Semiconductor devices implemented using 130 nm process rules, for example, behave differently when those devices are implemented with sub-100 nm, e.g., 90 nm or 65 nm, process rules. In particular, negative bias and temperature instability (NBTI) is one example of a device degradation mechanism that has been identified with sub-100 nm metal oxide semiconductor field effect transistors (MOSFETs).
NBTI causes a threshold voltage increase in P-type MOSFETs (PMOSFETs), which results in a degraded transistor current drive. Such a degradation in current drive also affects the switching speed of circuits that incorporate NBTI-affected PMOS devices.
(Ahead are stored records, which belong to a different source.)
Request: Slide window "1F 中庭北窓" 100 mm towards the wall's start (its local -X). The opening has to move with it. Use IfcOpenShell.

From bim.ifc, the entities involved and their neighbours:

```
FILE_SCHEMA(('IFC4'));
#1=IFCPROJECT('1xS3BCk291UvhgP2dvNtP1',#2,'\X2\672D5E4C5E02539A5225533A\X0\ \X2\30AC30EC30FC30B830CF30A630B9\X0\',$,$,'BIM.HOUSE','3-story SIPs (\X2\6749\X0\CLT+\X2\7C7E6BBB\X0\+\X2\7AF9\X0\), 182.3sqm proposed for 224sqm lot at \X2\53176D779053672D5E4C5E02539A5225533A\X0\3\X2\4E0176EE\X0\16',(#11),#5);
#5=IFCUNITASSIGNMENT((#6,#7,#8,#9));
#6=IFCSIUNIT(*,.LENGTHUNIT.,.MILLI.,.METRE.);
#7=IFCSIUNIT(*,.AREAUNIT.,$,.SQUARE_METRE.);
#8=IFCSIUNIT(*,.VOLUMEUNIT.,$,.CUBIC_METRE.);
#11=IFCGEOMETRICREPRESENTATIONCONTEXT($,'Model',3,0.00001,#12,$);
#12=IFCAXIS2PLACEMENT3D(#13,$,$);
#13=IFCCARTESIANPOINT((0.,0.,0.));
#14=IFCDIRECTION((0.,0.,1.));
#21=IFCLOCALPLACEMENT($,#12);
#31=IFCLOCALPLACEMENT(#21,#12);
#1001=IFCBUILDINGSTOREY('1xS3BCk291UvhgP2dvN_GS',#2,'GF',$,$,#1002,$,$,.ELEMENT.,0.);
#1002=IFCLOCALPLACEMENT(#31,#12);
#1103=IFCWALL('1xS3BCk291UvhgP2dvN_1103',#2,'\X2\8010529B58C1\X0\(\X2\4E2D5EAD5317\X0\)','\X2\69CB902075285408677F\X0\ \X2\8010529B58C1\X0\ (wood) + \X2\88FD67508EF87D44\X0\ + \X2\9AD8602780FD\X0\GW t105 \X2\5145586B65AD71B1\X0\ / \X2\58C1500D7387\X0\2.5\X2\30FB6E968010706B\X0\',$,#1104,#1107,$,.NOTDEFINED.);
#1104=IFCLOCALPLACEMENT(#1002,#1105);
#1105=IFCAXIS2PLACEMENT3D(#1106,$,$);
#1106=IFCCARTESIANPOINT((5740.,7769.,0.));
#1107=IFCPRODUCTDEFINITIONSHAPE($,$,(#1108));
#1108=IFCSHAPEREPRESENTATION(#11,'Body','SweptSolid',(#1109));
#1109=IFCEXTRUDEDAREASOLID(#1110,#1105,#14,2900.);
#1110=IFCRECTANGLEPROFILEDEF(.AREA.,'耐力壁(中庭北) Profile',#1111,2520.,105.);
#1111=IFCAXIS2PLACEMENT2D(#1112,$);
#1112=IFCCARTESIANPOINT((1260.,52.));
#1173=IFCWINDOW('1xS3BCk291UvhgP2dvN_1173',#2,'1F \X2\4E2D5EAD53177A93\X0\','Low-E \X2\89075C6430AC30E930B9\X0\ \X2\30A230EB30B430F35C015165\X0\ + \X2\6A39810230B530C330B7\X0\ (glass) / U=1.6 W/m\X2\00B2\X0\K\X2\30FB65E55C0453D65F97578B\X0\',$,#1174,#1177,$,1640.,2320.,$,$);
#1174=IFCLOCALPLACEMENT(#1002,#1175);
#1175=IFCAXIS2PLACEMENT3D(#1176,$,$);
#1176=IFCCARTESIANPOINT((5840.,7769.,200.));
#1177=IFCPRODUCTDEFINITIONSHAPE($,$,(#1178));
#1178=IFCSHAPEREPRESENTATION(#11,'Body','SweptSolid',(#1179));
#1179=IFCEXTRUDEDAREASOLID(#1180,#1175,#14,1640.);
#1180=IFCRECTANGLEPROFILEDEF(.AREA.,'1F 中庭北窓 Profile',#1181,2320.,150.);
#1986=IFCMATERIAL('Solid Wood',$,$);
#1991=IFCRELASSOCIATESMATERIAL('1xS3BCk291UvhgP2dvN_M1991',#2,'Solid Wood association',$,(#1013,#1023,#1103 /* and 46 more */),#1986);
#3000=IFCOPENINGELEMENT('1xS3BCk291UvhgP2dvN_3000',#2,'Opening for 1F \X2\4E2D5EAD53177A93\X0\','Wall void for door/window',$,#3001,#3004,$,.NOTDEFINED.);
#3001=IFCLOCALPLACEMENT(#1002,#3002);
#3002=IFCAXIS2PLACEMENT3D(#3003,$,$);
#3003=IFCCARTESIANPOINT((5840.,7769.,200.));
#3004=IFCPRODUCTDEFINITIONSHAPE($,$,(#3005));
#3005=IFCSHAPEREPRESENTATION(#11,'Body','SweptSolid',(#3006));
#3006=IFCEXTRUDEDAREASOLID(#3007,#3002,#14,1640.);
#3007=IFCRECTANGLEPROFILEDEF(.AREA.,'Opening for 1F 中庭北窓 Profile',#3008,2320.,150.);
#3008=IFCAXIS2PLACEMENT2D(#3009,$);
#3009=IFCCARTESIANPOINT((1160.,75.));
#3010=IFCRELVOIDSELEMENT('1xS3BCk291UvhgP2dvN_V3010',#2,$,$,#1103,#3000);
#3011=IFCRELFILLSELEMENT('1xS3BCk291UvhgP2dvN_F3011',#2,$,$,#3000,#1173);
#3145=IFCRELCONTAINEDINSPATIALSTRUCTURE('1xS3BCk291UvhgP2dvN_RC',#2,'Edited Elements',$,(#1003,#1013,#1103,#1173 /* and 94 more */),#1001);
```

```python
import ifcopenshell
import ifcopenshell.api.geometry
import ifcopenshell.util.placement
import ifcopenshell.util.unit

model = ifcopenshell.open("bim.ifc")
unit_scale = ifcopenshell.util.unit.calculate_unit_scale(model)

window = model.by_guid("1xS3BCk291UvhgP2dvN_1173")
opening = window.FillsVoids[0].RelatingOpeningElement
wall = opening.VoidsElements[0].RelatingBuildingElement

wall_matrix = ifcopenshell.util.placement.get_local_placement(wall.ObjectPlacement)
shift = wall_matrix[:3, 0] * -0.1 / unit_scale
before = ifcopenshell.util.placement.get_local_placement(window.ObjectPlacement)[:3, 3].copy()

# The window is not placed relative to its opening, so move both.
for product in (opening, window):
    matrix = ifcopenshell.util.placement.get_local_placement(product.ObjectPlacement)
    matrix[:3, 3] += shift
    ifcopenshell.api.geometry.edit_object_placement(model, product=product, matrix=matrix, is_si=False)

after = ifcopenshell.util.placement.get_local_placement(window.ObjectPlacement)[:3, 3]
print("window moved by", (after - before).round(3) + 0.0)

model.write("bim_updated.ifc")
```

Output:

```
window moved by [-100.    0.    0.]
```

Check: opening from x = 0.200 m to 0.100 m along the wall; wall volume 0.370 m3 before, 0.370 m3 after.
The amount of time required to switch the output of an inverter, for example, from a logic high level to a logic low level actually decreases due to the degraded current drive of the NBTI affected PMOSFET within the inverter. Conversely, the amount of time required to switch the output of the inverter from a logic low level to a logic high level increases due to the degraded current drive of the NBTI affected PMOS transistor within the inverter.
NBTI effects become prevalent when the gate of a PMOS device is negatively biased for an extended period of time, e.g., several years, at elevated temperatures. In such instances, interface traps and fixed charges are created, whereby the silicon oxide of the PMOS gate interacts with the crystal lattice of the silicon substrate to trap holes, i.e., positive charge, within the channel inversion layer. The fixed charges and interface traps are of the same polarity, i.e., positive, and combine to increase the threshold voltage, VT, of the PMOS device.
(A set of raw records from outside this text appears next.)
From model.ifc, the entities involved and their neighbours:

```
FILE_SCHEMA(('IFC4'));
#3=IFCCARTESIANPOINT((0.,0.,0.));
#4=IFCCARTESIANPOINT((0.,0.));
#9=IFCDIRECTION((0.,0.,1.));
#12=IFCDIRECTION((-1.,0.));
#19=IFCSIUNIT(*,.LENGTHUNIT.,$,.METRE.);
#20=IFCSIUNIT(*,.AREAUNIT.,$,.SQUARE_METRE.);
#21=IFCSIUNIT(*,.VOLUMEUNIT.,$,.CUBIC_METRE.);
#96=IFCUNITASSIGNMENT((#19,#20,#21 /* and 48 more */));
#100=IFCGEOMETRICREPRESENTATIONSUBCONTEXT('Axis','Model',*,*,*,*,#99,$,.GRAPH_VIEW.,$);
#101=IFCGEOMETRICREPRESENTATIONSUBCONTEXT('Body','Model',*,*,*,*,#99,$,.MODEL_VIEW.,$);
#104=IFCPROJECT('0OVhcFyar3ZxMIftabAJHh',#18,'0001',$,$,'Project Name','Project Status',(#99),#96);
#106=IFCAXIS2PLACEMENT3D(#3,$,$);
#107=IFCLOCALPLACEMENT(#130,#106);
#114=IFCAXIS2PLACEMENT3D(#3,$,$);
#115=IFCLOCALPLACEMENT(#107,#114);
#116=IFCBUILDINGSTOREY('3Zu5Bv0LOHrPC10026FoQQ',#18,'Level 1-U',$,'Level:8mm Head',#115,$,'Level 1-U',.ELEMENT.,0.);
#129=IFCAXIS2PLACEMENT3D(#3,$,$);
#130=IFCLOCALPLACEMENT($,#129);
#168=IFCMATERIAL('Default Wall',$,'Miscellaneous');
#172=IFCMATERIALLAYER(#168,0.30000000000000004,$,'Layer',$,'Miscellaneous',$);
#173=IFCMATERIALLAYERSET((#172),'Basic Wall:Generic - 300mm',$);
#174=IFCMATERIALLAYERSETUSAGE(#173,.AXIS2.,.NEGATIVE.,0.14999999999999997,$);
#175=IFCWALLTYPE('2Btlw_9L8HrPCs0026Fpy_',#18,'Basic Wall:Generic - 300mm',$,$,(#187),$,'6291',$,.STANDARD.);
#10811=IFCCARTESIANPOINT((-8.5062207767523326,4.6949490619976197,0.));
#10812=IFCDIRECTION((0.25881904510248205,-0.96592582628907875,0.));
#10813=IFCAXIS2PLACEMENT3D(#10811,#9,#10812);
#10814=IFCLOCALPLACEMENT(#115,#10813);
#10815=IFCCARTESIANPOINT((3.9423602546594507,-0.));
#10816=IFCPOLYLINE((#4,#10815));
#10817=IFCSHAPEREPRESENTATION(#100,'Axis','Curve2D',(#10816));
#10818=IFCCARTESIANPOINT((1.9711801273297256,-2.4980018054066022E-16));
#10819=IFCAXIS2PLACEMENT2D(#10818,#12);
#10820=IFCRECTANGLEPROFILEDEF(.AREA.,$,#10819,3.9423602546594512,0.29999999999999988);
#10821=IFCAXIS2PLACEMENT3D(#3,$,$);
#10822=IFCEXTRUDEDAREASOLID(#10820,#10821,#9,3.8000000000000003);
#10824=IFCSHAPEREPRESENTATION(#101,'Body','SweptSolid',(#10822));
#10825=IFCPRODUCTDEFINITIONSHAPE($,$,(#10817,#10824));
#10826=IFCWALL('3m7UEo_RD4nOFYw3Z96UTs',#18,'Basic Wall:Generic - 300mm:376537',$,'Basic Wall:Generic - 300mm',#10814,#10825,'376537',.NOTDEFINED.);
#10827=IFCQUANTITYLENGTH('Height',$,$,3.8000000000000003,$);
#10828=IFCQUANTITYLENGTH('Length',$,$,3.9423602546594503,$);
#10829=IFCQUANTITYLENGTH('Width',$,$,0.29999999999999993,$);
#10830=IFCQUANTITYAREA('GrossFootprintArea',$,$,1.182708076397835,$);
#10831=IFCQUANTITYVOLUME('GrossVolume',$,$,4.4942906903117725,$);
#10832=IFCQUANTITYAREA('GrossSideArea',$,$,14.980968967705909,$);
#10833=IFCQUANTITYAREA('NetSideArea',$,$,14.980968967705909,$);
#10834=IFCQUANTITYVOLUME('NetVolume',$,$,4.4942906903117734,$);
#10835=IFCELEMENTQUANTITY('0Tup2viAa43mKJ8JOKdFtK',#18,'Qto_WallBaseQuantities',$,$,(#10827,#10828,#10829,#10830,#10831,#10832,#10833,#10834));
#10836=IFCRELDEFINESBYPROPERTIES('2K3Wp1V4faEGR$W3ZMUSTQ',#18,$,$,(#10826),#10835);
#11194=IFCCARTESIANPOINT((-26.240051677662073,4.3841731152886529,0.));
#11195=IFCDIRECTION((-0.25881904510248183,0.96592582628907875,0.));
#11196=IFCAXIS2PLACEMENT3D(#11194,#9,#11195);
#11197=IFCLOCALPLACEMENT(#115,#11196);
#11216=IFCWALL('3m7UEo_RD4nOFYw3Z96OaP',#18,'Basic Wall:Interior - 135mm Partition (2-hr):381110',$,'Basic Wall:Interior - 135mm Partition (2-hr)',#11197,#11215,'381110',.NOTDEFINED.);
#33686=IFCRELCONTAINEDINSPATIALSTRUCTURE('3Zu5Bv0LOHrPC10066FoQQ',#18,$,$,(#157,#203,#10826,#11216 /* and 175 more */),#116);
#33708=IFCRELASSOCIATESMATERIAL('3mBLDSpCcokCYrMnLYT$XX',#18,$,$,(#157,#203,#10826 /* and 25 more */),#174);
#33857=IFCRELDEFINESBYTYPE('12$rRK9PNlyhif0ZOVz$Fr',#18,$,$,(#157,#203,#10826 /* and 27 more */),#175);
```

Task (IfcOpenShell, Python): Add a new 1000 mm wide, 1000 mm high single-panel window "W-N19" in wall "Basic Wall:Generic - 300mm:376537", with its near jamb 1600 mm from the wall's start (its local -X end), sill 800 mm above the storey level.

```python
import numpy as np
import ifcopenshell
import ifcopenshell.api.feature
import ifcopenshell.api.geometry
import ifcopenshell.api.pset
import ifcopenshell.api.root
import ifcopenshell.api.spatial
import ifcopenshell.geom
import ifcopenshell.util.element
import ifcopenshell.util.placement
import ifcopenshell.util.representation
import ifcopenshell.util.shape
import ifcopenshell.util.unit

model = ifcopenshell.open("model.ifc")
unit_scale = ifcopenshell.util.unit.calculate_unit_scale(model)
area_scale = ifcopenshell.util.unit.calculate_unit_scale(model, "AREAUNIT")
volume_scale = ifcopenshell.util.unit.calculate_unit_scale(model, "VOLUMEUNIT")
settings = ifcopenshell.geom.settings()


def volume(element):
    """Net volume in cubic metres, openings subtracted."""
    shape = ifcopenshell.geom.create_shape(settings, element)
    return ifcopenshell.util.shape.get_volume(shape.geometry)


wall = model.by_guid("3m7UEo_RD4nOFYw3Z96UTs")
storey = ifcopenshell.util.element.get_container(wall, ifc_class="IfcBuildingStorey")
context = ifcopenshell.util.representation.get_context(model, "Model", "Body", "MODEL_VIEW")
before = volume(wall)

width, height, from_end, sill = 1, 1, 1.6, 0.8  # metres

# The wall runs along its own X axis, and the end named is its -X end.
wall_shape = ifcopenshell.geom.create_shape(settings, wall)
x, y, z = ifcopenshell.util.shape.get_vertices(wall_shape.geometry).T
start = x.min() + from_end
face, thickness = float(y.min()), float(y.max() - y.min())
wall_matrix = ifcopenshell.util.placement.get_local_placement(wall.ObjectPlacement)
level = ifcopenshell.util.placement.get_local_placement(storey.ObjectPlacement)[2, 3]


def in_wall(x, y):
    """Placement at x, y metres in the wall's axes, at sill height."""
    matrix = wall_matrix.copy()
    matrix[:, 3] = wall_matrix @ np.array([x / unit_scale, y / unit_scale, 0.0, 1.0])
    matrix[2, 3] = level + sill / unit_scale
    return matrix


# Opening: a box that overshoots both wall faces by 50 mm.
opening = ifcopenshell.api.root.create_entity(model, ifc_class="IfcOpeningElement", predefined_type="OPENING")
box = ifcopenshell.api.geometry.add_wall_representation(
    model, context=context, length=width, height=height, thickness=thickness + 0.1
)
ifcopenshell.api.geometry.assign_representation(model, product=opening, representation=box)
ifcopenshell.api.geometry.edit_object_placement(model, product=opening, matrix=in_wall(start, face - 0.05), is_si=False)
ifcopenshell.api.feature.add_feature(model, feature=opening, element=wall)

window = ifcopenshell.api.root.create_entity(model, ifc_class="IfcWindow", name="W-N19", predefined_type="WINDOW")
window.OverallWidth, window.OverallHeight = width / unit_scale, height / unit_scale
window.PartitioningType = "SINGLE_PANEL"
body = ifcopenshell.api.geometry.add_window_representation(
    model,
    context=context,
    overall_width=window.OverallWidth,
    overall_height=window.OverallHeight,
    partition_type="SINGLE_PANEL",
)
ifcopenshell.api.geometry.assign_representation(model, product=window, representation=body)
ifcopenshell.api.spatial.assign_container(model, products=[window], relating_structure=storey)
ifcopenshell.api.feature.add_filling(model, opening=opening, element=window)

# Centre the window in the wall's thickness.
ifcopenshell.api.geometry.edit_object_placement(model, product=window, matrix=in_wall(start, face), is_si=False)
window_shape = ifcopenshell.geom.create_shape(settings, window)
depth = ifcopenshell.util.shape.get_vertices(window_shape.geometry)[:, 1]
offset = face + thickness / 2 - (depth.min() + depth.max()) / 2
ifcopenshell.api.geometry.edit_object_placement(model, product=window, matrix=in_wall(start, offset), is_si=False)

after = volume(wall)

# Update the wall's stored quantities.
qto = model.by_id(ifcopenshell.util.element.get_pset(wall, "Qto_WallBaseQuantities", should_inherit=False)["id"])
ifcopenshell.api.pset.edit_qto(model, qto=qto, properties={
    "NetSideArea": after / thickness / area_scale,
    "NetVolume": after / volume_scale,
})

print(f"wall volume {before:.3f} -> {after:.3f} m3")

model.write("model_v2.ifc")
```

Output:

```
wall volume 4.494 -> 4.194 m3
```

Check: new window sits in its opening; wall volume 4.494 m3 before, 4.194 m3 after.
Due to the NBTI phenomenon, therefore, designers must consider the bias conditions of each PMOS transistor throughout the PMOS transistor's lifetime. Typically, consideration of the bias conditions must allow for at least 10 years of operation in a conductive state at high temperature. In a particular simulation scenario, therefore, two PMOS transistor models may exist: a first PMOS model having normal threshold voltage, i.e., a PMOS model that is not affected by the NBTI phenomenon; and a second PMOS model exhibiting increased threshold voltage due to the NBTI phenomenon.
Prior art simulation methods have incorporated a manual process, whereby the circuit designer first identifies those PMOS transistors in the simulation netlist that are in a conductive state. Next, the circuit designer manually replaces all conductive PMOS transistor models with PMOS transistor models exhibiting increased threshold voltage due to the NBTI phenomenon. Finally, the circuit designer executes the simulation on the manually modified simulation netlist.
Such a manual simulation process may be plausible for relatively small netlists. However, the manual simulation process quickly becomes unmanageable and cumbersome for larger netlists. What is needed then, is an automated technique to simulate the affect of the NBTI phenomenon on deep, sub-100 nm circuits using existing simulation technologies.